Clustered/Distributed Network Filesystems, Which Ones live up to the hype? -
Clustered/Distributed Network Filesystems, Which Ones live up to the hype?
I've tried to find a good sensible solution to cluster with and each technology has it's pros and cons and there is no perfect solution and I've found a lot of "exaggerations" in the applications, benefits and performance of these different filesystems.
I first started off with DRBD and I have to say it does live up to the hype, is quite reliable (although it can be annoying to match up the kernel module and user applications since they must match and when upgrading kernels you may find you have a version mismatch which can bring down your whole cluster if you don't plan and test ahead of time). The performance is perfect (it gives 100% network bandwidth performance if you chose). I like that it writes first (locally) and then transfers those files over the network. It gives you a perfect blend of essentially native performance and the redunancy you require and even allows you to control the transfer rate.
The drawbacks are some I mentioned, that userspace and kernel modules must match and upgrading one or the other (which often will cause a version mismatch) will bring your cluster down if you aren't careful to plan ahead. A lot of times you have to manually compile something whether it's the kernel module or userspace tools. It also does not handle "split-brain" in an easy and obvious way. The documentation is generally quite good/useful, but it left me searching high and dry to find the best way to handle split-brain.
DRBD's other drawback/annoyance is that you must actually dedicate a full partition to it which is often not a preferred or ideal solution.
The other large benefit is that it acts like a native/local filesystem and I've never had any application issue when using it for any kind of VPS use (many do have their quirks with virtualization such as OCFS2 and GlusterFS).
Another drawback of DRBD is also the fact that it ONLY knows how to be RAID1, you can't aggregate your storage, but it's a great way to mirror data between different sites or for redunancy purposes and it works perfectly if a RAID1 network solution is what you need. I'd say it's the most robust and polished for what it does.
OCFS2 isn't that hard to configure but what's the point of it? It is basically a clustered/aggregated RAID0 filesystem so it has absolutely no redunancy. I almost don't understand the point of it, unless you need vast amounts of storage without any regard for data integrity. Supposedly OCFS2 is self healing which is good, but it's not really enterprise ready in mind without any built-in redunancy options.
OCFS2 also crashes when using things like VMWare, I tried all kinds of work arounds but kept getting crashes. It's not a full-featured filesystem and VMWare can sense this.
I also dislike all the different services associated with it. If something breaks you have to figure out in what order to reload kernel modules and the two associated services with it This makes it a bit stressful and unnecesarily complex.

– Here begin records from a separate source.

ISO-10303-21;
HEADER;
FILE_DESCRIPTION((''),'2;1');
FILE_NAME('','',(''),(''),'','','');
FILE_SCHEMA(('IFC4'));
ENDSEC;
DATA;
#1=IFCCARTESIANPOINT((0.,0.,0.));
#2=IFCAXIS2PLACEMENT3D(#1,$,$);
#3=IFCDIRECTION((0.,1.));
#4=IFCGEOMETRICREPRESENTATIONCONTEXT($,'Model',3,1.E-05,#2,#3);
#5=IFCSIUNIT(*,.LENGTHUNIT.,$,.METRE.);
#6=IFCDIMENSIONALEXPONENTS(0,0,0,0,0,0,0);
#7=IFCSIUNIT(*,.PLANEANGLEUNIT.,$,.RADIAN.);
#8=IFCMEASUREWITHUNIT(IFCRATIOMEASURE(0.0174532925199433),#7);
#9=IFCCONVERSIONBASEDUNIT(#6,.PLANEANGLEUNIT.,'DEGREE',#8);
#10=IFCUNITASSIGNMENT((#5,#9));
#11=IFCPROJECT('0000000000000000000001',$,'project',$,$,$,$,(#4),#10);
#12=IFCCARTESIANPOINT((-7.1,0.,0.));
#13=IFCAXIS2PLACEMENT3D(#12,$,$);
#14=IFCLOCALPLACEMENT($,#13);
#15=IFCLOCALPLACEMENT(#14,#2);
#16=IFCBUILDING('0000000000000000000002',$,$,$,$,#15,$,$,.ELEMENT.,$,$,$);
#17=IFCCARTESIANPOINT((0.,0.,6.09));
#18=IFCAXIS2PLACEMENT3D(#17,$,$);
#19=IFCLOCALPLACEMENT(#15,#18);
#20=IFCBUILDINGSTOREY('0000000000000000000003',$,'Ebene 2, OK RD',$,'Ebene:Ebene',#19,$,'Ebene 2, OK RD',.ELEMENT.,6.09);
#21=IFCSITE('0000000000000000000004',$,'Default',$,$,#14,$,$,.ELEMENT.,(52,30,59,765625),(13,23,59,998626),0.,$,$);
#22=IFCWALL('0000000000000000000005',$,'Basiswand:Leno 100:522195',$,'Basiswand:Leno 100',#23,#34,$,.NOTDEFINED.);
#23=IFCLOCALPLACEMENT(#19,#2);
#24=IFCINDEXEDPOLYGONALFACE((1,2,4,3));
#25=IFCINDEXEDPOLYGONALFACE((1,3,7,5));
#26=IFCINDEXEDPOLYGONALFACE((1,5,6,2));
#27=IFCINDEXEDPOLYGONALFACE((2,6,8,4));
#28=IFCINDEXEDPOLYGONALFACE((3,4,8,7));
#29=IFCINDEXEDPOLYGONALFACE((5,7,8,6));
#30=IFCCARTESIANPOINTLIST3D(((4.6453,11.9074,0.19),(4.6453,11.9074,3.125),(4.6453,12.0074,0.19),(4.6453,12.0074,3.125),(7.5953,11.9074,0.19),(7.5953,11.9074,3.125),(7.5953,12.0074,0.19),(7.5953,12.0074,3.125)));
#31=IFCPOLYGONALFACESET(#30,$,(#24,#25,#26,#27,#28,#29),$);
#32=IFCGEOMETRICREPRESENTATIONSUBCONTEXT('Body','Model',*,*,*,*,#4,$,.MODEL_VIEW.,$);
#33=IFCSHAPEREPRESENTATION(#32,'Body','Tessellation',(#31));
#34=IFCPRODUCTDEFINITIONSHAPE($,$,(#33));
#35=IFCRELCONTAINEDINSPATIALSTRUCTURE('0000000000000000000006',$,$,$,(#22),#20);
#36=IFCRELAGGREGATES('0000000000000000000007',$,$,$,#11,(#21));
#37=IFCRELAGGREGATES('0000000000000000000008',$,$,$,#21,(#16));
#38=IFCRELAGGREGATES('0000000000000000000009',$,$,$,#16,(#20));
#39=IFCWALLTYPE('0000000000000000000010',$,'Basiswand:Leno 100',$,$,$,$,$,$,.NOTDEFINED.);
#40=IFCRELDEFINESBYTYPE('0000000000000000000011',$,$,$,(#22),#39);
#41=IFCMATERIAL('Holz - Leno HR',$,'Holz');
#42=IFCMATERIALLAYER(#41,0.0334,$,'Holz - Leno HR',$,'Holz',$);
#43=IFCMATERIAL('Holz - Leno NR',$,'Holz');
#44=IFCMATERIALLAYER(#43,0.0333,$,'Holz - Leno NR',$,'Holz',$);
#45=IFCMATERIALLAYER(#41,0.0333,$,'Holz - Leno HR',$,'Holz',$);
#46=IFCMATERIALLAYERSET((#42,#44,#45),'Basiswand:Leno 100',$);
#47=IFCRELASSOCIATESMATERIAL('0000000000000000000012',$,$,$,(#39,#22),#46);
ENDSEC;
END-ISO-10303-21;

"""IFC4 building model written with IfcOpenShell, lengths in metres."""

from ifc_helpers import new_model, entity, si_unit, converted_unit, direction, frame, origin, place, context, subcontext, project, spatial, indexed_curve, outline, extrude, material, layer, layer_set, type_object, element, save


model = new_model("IFC4")

# Units and contexts
model_context = context("Model", 3, precision=1e-05, world=origin(), true_north=direction((0.0, 1.0)))
body_context = subcontext(model_context, "Body", "Model", "MODEL_VIEW")
ifc_project = project(units=[si_unit("LENGTHUNIT", "METRE"), converted_unit("PLANEANGLEUNIT", "DEGREE", entity("IfcRatioMeasure", 0.0174532925199433), si_unit("PLANEANGLEUNIT", "RADIAN"), dimensions=[0, 0, 0, 0, 0, 0, 0])], contexts=[model_context])

# Site, building, storey
site_placement = place(None, frame((-7.1, 0.0, 0.0)))
site = spatial("IfcSite", under=ifc_project, at=site_placement, Name="Default", CompositionType="ELEMENT", RefLatitude=(52, 30, 59, 765625), RefLongitude=(13, 23, 59, 998626), RefElevation=0.0)
building_placement = place(site_placement, origin())
building = spatial("IfcBuilding", under=site, at=building_placement, CompositionType="ELEMENT")
storey_placement = place(building_placement, frame((0.0, 0.0, 6.09)))
storey = spatial("IfcBuildingStorey", under=building, at=storey_placement, Name="Ebene 2, OK RD", ObjectType="Ebene:Ebene", LongName="Ebene 2, OK RD", CompositionType="ELEMENT", Elevation=6.09)

# Shared definitions
ifc_material_1 = material(Name="Holz - Leno HR", Category="Holz")
ifc_material_2 = material(Name="Holz - Leno NR", Category="Holz")

# Wall
ifc_layer_1 = layer(ifc_material_1, 0.0334, Name="Holz - Leno HR", Category="Holz")
ifc_layer_2 = layer(ifc_material_2, 0.0333, Name="Holz - Leno NR", Category="Holz")
ifc_layer_3 = layer(ifc_material_1, 0.0333, Name="Holz - Leno HR", Category="Holz")
ifc_layer_set_1 = layer_set([ifc_layer_1, ifc_layer_2, ifc_layer_3], Name="Basiswand:Leno 100")
wall_type = type_object("IfcWallType", Name="Basiswand:Leno 100", PredefinedType="NOTDEFINED", material=ifc_layer_set_1)
wall_1_placement = place(storey_placement, frame((7.5953, 11.9574, 0.19), z_axis=(0.0, 0.0, 1.0), x_axis=(-1.0, 0.0, 0.0)))
element("IfcWall", 1, at=wall_1_placement, inside=storey, type_object=wall_type, material=ifc_layer_set_1, Name="Basiswand:Leno 100:522195", ObjectType="Basiswand:Leno 100", PredefinedType="NOTDEFINED", context=body_context, shape_type="SweptSolid", body=[
    extrude(outline(indexed_curve([(2.95, 0.05), (0.0, 0.05), (0.0, -0.05), (2.95, -0.05), (2.95, 0.05)], self_intersect=False)), origin(), (0.0, 0.0, 1.0), 2.935),
])

save(model, "model.ifc")
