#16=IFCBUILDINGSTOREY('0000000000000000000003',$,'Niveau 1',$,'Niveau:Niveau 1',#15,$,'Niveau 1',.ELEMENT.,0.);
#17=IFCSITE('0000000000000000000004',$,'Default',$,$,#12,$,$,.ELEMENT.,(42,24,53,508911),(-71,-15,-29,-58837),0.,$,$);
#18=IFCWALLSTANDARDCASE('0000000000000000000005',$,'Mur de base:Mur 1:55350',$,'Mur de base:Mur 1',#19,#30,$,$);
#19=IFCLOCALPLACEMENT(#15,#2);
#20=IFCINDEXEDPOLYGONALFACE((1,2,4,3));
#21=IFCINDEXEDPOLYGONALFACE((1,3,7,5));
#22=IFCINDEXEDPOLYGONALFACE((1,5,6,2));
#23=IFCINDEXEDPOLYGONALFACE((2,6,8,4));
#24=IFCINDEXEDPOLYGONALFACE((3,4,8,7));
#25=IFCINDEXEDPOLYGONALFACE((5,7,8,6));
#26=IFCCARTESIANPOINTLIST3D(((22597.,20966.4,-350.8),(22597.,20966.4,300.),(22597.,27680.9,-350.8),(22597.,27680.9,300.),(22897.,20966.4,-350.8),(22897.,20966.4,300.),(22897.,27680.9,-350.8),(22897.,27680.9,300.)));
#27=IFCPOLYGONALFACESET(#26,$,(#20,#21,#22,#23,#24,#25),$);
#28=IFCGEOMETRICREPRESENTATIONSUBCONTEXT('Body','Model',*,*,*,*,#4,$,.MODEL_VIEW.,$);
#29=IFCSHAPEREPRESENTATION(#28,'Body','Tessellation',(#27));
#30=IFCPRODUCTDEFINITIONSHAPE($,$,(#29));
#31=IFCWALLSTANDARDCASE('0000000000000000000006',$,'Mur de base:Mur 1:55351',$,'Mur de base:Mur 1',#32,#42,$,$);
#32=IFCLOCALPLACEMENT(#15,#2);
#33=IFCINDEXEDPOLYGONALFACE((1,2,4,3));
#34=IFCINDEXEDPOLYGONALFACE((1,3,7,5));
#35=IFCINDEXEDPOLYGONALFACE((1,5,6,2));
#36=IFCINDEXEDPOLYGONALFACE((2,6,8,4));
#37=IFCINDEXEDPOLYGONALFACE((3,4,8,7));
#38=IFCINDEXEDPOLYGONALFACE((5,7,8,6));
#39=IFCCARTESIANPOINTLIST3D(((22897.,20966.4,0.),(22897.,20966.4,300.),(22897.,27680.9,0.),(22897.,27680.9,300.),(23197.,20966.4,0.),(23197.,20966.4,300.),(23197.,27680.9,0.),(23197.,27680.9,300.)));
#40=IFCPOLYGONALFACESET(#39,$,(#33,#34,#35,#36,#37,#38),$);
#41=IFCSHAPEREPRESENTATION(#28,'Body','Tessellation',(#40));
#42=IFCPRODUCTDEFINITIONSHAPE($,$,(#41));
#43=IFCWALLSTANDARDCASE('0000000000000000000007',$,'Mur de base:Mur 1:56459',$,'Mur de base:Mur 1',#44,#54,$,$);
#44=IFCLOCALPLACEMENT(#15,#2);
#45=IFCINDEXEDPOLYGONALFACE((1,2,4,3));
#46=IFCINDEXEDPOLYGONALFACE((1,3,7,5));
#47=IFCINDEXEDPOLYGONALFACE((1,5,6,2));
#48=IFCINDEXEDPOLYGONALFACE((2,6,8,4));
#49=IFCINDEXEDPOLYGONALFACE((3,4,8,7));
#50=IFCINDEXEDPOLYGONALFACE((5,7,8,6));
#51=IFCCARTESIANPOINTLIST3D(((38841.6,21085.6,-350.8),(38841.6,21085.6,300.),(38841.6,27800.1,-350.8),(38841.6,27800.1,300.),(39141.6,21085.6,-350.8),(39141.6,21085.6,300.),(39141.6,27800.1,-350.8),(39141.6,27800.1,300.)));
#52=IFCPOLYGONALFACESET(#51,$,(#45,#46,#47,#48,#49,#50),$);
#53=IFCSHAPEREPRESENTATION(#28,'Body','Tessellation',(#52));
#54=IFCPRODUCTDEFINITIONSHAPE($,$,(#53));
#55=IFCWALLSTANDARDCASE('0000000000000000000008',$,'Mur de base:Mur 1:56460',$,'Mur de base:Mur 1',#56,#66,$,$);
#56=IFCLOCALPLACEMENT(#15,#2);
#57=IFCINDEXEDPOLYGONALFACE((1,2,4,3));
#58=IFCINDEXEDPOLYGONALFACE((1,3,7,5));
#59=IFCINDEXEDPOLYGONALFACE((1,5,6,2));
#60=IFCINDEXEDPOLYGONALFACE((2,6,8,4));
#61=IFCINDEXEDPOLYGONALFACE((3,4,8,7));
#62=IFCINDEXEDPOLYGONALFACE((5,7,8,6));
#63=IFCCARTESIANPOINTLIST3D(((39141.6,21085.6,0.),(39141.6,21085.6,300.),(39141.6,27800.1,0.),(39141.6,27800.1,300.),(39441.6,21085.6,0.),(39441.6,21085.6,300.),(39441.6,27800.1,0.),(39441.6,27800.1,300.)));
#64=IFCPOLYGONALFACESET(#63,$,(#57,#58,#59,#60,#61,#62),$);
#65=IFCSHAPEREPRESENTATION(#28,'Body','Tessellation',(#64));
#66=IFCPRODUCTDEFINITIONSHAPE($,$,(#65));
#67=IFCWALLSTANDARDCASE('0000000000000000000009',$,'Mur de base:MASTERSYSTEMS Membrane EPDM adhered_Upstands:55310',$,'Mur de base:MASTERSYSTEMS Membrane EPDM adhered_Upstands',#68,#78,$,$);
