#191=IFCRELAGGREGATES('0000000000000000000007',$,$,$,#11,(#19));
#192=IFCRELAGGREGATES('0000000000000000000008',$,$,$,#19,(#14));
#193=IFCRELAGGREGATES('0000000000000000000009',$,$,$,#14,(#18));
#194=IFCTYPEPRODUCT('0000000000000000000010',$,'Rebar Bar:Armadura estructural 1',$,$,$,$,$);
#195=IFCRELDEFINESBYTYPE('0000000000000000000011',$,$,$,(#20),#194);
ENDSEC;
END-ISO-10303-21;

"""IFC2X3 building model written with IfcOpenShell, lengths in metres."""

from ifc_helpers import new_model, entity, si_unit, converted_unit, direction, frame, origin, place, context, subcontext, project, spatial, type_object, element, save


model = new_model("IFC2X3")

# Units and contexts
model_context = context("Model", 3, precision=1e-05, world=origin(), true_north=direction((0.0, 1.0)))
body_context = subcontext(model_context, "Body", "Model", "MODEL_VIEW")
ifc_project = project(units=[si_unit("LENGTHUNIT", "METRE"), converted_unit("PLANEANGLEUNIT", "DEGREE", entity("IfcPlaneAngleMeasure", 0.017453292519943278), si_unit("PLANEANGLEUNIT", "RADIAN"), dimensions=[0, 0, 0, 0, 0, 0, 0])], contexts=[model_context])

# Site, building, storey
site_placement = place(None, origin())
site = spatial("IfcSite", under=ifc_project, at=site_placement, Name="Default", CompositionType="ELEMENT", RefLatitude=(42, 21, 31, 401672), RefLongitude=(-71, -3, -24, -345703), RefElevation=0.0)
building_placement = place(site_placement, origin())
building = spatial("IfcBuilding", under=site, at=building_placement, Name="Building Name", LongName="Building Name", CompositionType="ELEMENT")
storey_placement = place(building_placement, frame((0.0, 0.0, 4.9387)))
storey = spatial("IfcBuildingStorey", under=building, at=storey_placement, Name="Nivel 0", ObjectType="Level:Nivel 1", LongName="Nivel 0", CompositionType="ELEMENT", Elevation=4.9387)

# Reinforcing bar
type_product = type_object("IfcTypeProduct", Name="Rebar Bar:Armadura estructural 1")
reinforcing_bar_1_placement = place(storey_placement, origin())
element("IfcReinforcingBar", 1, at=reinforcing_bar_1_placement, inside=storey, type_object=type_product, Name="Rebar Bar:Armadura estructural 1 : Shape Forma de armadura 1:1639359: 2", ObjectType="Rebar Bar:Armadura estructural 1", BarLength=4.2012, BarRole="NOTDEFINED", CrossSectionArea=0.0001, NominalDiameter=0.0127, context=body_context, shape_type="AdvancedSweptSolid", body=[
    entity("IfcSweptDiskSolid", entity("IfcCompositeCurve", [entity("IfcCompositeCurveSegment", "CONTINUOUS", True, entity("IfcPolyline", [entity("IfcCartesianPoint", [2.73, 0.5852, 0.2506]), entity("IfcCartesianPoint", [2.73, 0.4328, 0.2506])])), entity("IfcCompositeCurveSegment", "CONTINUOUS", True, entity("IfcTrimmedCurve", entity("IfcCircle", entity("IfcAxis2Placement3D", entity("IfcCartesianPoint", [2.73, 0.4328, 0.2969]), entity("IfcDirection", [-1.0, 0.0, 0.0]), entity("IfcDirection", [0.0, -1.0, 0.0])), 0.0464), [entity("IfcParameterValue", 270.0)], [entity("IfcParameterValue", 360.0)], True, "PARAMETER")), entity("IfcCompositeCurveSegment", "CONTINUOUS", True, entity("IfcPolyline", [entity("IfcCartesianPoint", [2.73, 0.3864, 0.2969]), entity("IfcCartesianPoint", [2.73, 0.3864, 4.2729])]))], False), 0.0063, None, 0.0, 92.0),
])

I will say it could be a great solution for a mass on-line RAID0 type array if downtime and redundancy aren't of any concern (maybe for Photobucket type places0.
I still don't see the relevance of OCFS2 and it seems overly complicated without any special features or anything at all that would prompt me to use it, but at least I can say I tried and played around with it.
I'd say it is pretty good, but has always been overrated and overhyped. There are often performance issues associated with it and the GlusterFS documentation is sparse and cryptic at best.
It has been touted as something you should run VPS's under, but I've tried this with poor results. Things are improving, but it seems that a number of years after it's release that it still hasn't fully matured and still has a long way to go.
However, with a little tweaking I think GlusterFS may be the most practical all-around solution for almost any use. You can set it up to be RAID 0+1 or almost any other way imaginable and you can aggregate the storage bricks.
Best of all you can use your existing filesystem and space, there's no need to dedicate a partition to it. The bad thing is that there's no way to control transfer rates like DRBD, and there doesn't seem to be a way to control the way data is written.
I'd prefer to have an option like DRBD where the write is done locally and then transferred over the wire, this would make it possible and practical for VPS solutions.
The other issue is lack of MMAP support and that for some other reason Checkpointing VPS's does not work because of the underyling filesystem structure.
I think I'm being hard on GlusterFS because I think it's only starting to coming close to living up to its hype and has a lot of common sense, fundamental issues that have not been resolved or addressed when they should have been done immediately.
With that said, if GlusterFS can provide better documentation, performance and flexibility (DRBD style delayed writes) then I think it could come out on top as the one-stop solution which will be superior in everyway.